Nutrition Facts : Calories 482.5, Fat 27.4, SaturatedFat 7.8, Cholesterol 52.7, Sodium 1919.5, Carbohydrate 32.6, Fiber 1.4, Sugar 12.2, Protein 27.7
CLASSIC RED RICE
Categories Blender Rice Tomato Side Quick & Easy Cinco de Mayo Corn Pea Hot Pepper Carrot Spring Bon Appétit Vegan Vegetarian Pescatarian Dairy Free Wheat/Gluten-Free Peanut Free Tree Nut Free Soy Free No Sugar Added Kosher
Yield Makes 4 to 6 servings
Number Of Ingredients 12
Steps:
- Puree tomatoes, onion, and garlic in blender until smooth.

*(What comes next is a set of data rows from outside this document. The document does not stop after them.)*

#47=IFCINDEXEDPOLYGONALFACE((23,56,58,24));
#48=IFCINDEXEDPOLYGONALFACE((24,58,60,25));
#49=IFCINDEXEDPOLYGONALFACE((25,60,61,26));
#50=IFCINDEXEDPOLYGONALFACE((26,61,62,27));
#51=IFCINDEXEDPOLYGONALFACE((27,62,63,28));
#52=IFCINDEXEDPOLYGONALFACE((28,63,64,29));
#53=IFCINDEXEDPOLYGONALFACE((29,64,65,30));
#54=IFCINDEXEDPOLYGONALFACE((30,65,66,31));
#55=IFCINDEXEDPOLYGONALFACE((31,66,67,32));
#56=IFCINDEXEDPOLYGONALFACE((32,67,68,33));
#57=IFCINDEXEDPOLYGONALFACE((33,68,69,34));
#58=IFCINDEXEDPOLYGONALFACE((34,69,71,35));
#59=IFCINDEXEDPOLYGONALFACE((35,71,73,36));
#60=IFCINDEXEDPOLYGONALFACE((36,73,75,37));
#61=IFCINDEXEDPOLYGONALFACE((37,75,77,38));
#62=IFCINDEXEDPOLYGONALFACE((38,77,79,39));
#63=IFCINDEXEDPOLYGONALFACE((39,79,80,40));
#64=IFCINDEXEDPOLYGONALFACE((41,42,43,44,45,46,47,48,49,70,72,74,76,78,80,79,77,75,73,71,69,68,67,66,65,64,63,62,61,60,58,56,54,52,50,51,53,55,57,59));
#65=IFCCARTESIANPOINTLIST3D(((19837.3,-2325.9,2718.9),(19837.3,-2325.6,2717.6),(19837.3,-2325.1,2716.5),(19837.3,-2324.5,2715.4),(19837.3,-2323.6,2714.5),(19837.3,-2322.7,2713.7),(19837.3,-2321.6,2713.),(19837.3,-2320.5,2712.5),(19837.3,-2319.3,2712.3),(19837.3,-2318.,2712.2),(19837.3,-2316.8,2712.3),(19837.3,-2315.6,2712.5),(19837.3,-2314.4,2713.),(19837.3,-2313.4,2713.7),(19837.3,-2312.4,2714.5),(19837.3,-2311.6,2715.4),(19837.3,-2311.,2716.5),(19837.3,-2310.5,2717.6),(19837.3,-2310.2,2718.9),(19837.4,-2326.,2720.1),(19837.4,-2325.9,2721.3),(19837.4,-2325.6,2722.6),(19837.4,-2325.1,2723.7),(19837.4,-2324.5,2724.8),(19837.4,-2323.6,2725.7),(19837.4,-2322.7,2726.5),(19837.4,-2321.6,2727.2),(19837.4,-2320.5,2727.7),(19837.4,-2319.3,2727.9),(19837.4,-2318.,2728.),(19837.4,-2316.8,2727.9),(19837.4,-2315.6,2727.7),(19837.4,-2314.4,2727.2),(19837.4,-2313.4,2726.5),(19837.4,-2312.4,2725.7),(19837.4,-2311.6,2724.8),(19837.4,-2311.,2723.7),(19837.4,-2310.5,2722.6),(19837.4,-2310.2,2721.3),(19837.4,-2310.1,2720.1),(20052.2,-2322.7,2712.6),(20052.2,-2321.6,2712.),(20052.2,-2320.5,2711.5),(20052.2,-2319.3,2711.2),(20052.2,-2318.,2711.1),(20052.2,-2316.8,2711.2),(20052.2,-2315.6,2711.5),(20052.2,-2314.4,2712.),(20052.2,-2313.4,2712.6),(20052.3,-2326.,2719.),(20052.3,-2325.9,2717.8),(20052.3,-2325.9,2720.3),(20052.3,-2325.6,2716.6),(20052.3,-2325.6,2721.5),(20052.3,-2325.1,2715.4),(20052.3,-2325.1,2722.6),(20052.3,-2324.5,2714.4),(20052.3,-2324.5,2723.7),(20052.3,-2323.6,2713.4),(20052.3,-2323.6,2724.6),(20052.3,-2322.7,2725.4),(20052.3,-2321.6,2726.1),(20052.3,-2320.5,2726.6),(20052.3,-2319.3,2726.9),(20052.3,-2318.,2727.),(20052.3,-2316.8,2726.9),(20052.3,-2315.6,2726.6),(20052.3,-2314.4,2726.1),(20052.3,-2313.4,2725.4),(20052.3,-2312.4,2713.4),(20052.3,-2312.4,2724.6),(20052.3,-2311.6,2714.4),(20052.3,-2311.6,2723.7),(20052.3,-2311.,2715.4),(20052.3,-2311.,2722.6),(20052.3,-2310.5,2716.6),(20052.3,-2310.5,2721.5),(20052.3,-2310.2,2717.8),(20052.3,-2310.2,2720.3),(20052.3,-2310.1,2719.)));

- Heat oil in heavy medium saucepan over medium-high heat. Add rice; stir until rice is pale golden, about 1 minute. Stir in tomato puree, then 1 cup hot water, carrot, peas, corn, cilantro sprigs, chiles, and salt. Bring to boil. Reduce heat to low, cover, and cook until almost all liquid is absorbed, about 12 minutes. Uncover and cook until rice is tender and all liquid is absorbed, about 10 minutes longer. Remove from heat, cover, and let stand 5 minutes. Discard cilantro and chiles. Fluff rice with fork.
Tips:
- Use high-quality rice: Choose a good quality medium or short-grain red rice for the best results. Medium-grain red rice is the traditional choice for this dish, giving it a slightly chewy texture, while short-grain red rice is chewier and stickier.
- Soak the rice: Soaking the rice for at least 30 minutes before cooking helps to reduce the cooking time and gives the rice a more even texture.

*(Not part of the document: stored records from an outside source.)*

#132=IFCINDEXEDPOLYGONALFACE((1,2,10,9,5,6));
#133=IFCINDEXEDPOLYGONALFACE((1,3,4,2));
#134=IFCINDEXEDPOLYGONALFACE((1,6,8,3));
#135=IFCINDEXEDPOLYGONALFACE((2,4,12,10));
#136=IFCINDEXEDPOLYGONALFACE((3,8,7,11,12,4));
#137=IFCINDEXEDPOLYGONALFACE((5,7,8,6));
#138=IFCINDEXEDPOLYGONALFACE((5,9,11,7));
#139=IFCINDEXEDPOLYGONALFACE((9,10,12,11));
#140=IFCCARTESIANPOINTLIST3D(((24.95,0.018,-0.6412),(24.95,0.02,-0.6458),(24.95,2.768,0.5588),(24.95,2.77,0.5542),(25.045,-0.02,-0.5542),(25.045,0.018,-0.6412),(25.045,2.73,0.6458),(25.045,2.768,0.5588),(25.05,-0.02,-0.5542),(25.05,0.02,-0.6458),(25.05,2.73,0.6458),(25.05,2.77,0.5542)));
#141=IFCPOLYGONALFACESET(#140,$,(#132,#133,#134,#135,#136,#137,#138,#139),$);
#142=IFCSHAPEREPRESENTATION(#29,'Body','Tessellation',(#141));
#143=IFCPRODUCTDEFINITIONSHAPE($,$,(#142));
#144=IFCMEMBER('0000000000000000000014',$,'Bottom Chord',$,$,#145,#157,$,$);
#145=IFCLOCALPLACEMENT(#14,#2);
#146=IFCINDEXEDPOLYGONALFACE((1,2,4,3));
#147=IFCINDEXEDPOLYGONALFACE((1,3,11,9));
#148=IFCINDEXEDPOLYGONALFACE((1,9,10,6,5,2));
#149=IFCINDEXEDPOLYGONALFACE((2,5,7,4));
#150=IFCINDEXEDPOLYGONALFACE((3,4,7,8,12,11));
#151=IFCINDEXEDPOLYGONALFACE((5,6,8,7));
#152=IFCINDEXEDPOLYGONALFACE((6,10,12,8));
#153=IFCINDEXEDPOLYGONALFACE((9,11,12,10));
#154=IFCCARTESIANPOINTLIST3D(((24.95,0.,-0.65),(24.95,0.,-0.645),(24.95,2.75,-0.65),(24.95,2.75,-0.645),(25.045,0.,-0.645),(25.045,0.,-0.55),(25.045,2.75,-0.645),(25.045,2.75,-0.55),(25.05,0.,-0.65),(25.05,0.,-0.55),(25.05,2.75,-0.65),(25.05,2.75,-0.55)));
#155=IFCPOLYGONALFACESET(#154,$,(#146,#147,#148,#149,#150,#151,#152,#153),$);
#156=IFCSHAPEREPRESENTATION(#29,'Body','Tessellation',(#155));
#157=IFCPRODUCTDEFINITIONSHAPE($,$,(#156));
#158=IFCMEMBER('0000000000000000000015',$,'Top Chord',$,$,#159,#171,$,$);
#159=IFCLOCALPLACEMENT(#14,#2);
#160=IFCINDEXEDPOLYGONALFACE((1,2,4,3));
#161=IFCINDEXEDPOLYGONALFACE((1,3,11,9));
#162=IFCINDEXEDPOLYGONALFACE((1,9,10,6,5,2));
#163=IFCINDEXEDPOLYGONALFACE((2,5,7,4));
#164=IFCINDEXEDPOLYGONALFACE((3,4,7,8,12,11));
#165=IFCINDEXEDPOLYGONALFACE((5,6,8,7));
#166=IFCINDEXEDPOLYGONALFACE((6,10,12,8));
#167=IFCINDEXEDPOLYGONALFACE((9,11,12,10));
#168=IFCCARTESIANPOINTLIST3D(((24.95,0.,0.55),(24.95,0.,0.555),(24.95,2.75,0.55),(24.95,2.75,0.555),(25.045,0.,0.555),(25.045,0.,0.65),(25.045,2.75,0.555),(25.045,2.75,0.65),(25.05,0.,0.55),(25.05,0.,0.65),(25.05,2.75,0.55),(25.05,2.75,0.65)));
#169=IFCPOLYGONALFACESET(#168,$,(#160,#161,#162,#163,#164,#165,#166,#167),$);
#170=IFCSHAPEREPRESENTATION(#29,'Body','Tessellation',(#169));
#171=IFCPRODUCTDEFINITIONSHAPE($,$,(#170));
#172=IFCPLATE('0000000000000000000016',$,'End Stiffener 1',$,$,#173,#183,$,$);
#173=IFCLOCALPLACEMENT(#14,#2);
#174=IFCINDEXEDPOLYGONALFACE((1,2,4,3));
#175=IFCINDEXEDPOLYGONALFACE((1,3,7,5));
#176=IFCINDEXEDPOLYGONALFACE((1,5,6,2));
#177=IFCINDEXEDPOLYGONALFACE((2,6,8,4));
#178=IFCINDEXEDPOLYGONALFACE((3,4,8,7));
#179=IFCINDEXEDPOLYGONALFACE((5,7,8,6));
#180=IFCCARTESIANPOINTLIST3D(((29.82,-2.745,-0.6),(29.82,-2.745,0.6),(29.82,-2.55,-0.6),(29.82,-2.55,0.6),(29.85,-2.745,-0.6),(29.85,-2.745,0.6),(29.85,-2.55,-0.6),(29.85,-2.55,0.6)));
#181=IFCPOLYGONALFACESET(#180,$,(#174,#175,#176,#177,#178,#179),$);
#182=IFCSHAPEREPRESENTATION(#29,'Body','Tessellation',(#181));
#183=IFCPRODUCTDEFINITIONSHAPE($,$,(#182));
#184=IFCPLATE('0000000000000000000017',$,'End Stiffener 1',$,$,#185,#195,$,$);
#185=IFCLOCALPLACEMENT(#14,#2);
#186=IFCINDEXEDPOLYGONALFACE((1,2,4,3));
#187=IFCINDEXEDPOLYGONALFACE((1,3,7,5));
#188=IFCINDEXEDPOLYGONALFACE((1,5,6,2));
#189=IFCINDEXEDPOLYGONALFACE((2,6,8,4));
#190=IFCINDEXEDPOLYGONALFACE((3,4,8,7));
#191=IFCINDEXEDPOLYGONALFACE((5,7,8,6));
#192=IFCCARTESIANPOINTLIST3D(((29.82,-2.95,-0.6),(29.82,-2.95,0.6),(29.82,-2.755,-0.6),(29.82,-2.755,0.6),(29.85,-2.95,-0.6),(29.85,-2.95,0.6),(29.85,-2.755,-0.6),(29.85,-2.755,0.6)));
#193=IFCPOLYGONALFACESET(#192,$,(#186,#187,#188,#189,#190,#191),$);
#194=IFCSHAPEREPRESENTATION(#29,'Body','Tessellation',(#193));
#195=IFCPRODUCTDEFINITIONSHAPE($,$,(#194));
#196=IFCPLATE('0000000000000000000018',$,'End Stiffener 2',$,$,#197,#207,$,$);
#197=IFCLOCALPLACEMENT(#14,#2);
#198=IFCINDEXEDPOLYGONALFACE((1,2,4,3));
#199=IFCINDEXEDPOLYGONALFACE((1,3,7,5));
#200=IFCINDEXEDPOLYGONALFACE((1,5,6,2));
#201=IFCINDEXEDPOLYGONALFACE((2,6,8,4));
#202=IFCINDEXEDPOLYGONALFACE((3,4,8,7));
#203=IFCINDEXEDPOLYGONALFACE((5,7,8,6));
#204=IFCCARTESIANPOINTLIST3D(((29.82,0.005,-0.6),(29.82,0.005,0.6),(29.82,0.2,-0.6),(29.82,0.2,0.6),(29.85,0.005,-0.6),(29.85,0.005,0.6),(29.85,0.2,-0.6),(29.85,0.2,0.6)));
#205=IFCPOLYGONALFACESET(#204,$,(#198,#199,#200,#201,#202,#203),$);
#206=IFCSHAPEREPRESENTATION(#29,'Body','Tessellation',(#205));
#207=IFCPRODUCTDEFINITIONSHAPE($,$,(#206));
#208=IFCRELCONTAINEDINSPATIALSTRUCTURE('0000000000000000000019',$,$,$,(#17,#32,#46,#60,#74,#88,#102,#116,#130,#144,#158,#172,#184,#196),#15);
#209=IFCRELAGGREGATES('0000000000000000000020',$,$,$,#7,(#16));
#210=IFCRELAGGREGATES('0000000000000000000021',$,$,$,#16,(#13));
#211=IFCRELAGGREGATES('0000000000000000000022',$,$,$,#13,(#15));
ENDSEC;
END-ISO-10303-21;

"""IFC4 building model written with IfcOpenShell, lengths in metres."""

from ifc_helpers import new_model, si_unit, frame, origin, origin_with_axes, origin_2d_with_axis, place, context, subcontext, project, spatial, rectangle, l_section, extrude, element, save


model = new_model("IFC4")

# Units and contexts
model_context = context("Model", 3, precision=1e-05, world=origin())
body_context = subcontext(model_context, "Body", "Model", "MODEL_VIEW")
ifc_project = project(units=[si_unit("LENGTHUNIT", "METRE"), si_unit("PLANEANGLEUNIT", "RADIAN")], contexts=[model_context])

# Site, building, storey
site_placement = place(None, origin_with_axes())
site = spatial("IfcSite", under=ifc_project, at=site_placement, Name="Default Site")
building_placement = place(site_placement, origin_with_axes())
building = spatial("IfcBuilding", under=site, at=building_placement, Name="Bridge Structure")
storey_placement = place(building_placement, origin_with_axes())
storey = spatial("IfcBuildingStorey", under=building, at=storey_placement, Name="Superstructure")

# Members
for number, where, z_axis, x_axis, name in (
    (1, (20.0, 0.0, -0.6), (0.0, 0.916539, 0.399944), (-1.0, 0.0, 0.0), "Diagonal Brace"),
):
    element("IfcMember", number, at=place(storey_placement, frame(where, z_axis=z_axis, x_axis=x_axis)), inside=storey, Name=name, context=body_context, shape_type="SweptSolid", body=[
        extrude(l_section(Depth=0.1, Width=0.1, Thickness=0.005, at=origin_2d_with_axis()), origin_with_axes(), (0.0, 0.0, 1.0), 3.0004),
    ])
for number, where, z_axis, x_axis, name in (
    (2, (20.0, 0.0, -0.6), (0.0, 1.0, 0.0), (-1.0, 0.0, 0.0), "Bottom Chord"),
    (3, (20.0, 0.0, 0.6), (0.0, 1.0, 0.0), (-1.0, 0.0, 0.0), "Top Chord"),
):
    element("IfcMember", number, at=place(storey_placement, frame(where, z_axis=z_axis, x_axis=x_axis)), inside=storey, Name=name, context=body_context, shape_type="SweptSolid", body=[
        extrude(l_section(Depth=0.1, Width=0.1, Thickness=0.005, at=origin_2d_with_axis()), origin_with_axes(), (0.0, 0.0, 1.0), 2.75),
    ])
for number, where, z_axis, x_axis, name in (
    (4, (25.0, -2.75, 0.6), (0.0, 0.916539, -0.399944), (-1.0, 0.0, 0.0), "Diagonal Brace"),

- Use the right amount of water: The amount of water you use will depend on the type of rice you are using. Generally, a good rule of thumb is to use 1 1/2 cups of water for every cup of rice.
- Cook the rice over low heat: Cooking the rice over low heat helps to prevent it from becoming mushy and allows the flavors to develop more fully.
- Let the rice rest before serving: After cooking, let the rice rest for a few minutes before serving to allow it to absorb any remaining moisture.
Conclusion:
Classic red rice is a simple yet flavorful dish that can be enjoyed as a side dish or as a main course. With its nutty flavor and slightly chewy texture, it is a versatile dish that can be paired with a variety of dishes. Whether you are looking for a quick and easy weeknight meal or a special occasion dish, classic red rice is a great choice.